> Task to complete
Please return all lines from the records below that include the string "IFCLOCALPLACEMENT".

============================================================

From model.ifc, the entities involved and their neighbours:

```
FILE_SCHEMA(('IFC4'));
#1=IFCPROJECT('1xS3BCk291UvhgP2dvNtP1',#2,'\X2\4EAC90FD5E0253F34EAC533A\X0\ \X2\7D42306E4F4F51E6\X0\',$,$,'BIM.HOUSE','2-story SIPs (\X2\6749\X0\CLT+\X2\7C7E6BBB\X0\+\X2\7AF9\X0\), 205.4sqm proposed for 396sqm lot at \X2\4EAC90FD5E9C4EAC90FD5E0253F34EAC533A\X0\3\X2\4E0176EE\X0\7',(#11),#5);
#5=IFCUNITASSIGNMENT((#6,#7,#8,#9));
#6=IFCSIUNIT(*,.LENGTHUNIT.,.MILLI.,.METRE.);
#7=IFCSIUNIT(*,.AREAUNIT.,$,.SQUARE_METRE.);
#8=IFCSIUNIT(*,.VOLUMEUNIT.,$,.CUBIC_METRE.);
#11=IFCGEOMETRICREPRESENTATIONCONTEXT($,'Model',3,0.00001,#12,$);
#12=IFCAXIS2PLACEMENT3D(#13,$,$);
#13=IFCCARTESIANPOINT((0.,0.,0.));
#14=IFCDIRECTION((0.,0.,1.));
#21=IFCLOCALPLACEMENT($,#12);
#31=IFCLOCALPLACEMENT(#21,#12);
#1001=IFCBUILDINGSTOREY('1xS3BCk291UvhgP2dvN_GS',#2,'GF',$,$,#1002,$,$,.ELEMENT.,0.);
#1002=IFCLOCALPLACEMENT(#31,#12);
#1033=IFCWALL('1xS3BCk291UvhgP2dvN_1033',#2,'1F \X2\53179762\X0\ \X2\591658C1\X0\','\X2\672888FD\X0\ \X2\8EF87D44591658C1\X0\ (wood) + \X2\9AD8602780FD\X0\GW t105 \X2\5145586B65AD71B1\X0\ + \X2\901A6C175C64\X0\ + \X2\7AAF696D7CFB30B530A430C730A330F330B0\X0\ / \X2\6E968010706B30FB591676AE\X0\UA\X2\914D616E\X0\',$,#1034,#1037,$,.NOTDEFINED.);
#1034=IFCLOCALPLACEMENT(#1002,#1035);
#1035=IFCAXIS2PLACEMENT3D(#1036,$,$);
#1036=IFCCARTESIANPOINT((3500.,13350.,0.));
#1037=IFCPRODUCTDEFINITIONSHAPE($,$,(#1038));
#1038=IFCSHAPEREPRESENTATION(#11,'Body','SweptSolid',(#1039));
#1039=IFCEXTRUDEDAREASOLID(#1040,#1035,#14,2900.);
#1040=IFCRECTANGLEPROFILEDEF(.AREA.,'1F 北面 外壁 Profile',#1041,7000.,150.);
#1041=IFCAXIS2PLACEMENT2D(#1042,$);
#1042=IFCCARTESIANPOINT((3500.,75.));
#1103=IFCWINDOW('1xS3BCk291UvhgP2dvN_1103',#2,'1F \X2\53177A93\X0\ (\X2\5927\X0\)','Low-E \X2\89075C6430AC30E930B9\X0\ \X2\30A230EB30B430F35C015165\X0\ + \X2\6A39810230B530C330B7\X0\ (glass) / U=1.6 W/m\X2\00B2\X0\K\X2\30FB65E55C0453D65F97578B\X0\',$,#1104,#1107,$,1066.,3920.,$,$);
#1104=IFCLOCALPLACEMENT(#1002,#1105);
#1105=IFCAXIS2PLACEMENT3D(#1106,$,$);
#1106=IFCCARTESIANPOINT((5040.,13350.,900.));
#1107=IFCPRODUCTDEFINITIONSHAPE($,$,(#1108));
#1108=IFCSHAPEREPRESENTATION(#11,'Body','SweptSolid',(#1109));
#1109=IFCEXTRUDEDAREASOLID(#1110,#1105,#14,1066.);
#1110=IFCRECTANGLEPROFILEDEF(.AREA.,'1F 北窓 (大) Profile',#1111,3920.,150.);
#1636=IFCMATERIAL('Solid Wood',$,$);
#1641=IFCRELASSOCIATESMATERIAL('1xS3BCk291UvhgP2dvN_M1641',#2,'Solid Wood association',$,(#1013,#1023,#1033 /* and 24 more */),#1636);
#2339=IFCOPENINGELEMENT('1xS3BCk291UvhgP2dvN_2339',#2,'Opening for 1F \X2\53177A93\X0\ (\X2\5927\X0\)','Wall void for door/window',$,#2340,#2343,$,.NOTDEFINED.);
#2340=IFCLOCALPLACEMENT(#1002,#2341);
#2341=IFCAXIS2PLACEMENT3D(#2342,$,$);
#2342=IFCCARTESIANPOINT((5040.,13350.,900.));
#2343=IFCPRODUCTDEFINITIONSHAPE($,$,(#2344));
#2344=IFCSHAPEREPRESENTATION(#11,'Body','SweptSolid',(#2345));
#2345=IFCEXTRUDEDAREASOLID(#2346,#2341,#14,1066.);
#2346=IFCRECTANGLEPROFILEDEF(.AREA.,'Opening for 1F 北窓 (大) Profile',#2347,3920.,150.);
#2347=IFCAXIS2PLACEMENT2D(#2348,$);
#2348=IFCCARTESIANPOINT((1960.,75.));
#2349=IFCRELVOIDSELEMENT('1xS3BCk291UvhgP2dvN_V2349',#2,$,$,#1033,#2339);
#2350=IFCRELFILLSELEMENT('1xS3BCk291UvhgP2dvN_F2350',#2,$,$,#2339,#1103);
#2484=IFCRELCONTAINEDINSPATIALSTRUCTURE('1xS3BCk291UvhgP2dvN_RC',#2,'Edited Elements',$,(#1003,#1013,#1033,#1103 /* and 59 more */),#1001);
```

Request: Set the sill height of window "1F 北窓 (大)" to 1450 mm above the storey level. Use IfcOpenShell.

```python
import numpy as np
import ifcopenshell
import ifcopenshell.api.geometry
import ifcopenshell.geom
import ifcopenshell.util.element
import ifcopenshell.util.placement
import ifcopenshell.util.shape
import ifcopenshell.util.unit

model = ifcopenshell.open("model.ifc")
unit_scale = ifcopenshell.util.unit.calculate_unit_scale(model)

window = model.by_guid("1xS3BCk291UvhgP2dvN_1103")
opening = window.FillsVoids[0].RelatingOpeningElement
storey = ifcopenshell.util.element.get_container(window, ifc_class="IfcBuildingStorey")
level = ifcopenshell.util.placement.get_local_placement(storey.ObjectPlacement)[2, 3]

# The opening's origin need not be at the sill, so measure its lowest point.
shape = ifcopenshell.geom.create_shape(ifcopenshell.geom.settings(), opening)
bottom = ifcopenshell.util.shape.get_shape_bottom_elevation(shape, shape.geometry) / unit_scale
dz = level + 1.45 / unit_scale - bottom

shift = np.array([0.0, 0.0, dz])
# The window is not placed relative to its opening, so move both.
for product in (opening, window):
    matrix = ifcopenshell.util.placement.get_local_placement(product.ObjectPlacement)
    matrix[:3, 3] += shift
    ifcopenshell.api.geometry.edit_object_placement(model, product=product, matrix=matrix, is_si=False)

print(f"moved by {dz * unit_scale:+.3f} m")

model.write("model-out.ifc")
```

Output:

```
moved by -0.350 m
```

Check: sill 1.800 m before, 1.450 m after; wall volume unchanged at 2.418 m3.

============================================================

> Solution to the exercise
#21=IFCLOCALPLACEMENT($,#12);
#31=IFCLOCALPLACEMENT(#21,#12);
#1002=IFCLOCALPLACEMENT(#31,#12);
#1034=IFCLOCALPLACEMENT(#1002,#1035);
#1104=IFCLOCALPLACEMENT(#1002,#1105);
#2340=IFCLOCALPLACEMENT(#1002,#2341);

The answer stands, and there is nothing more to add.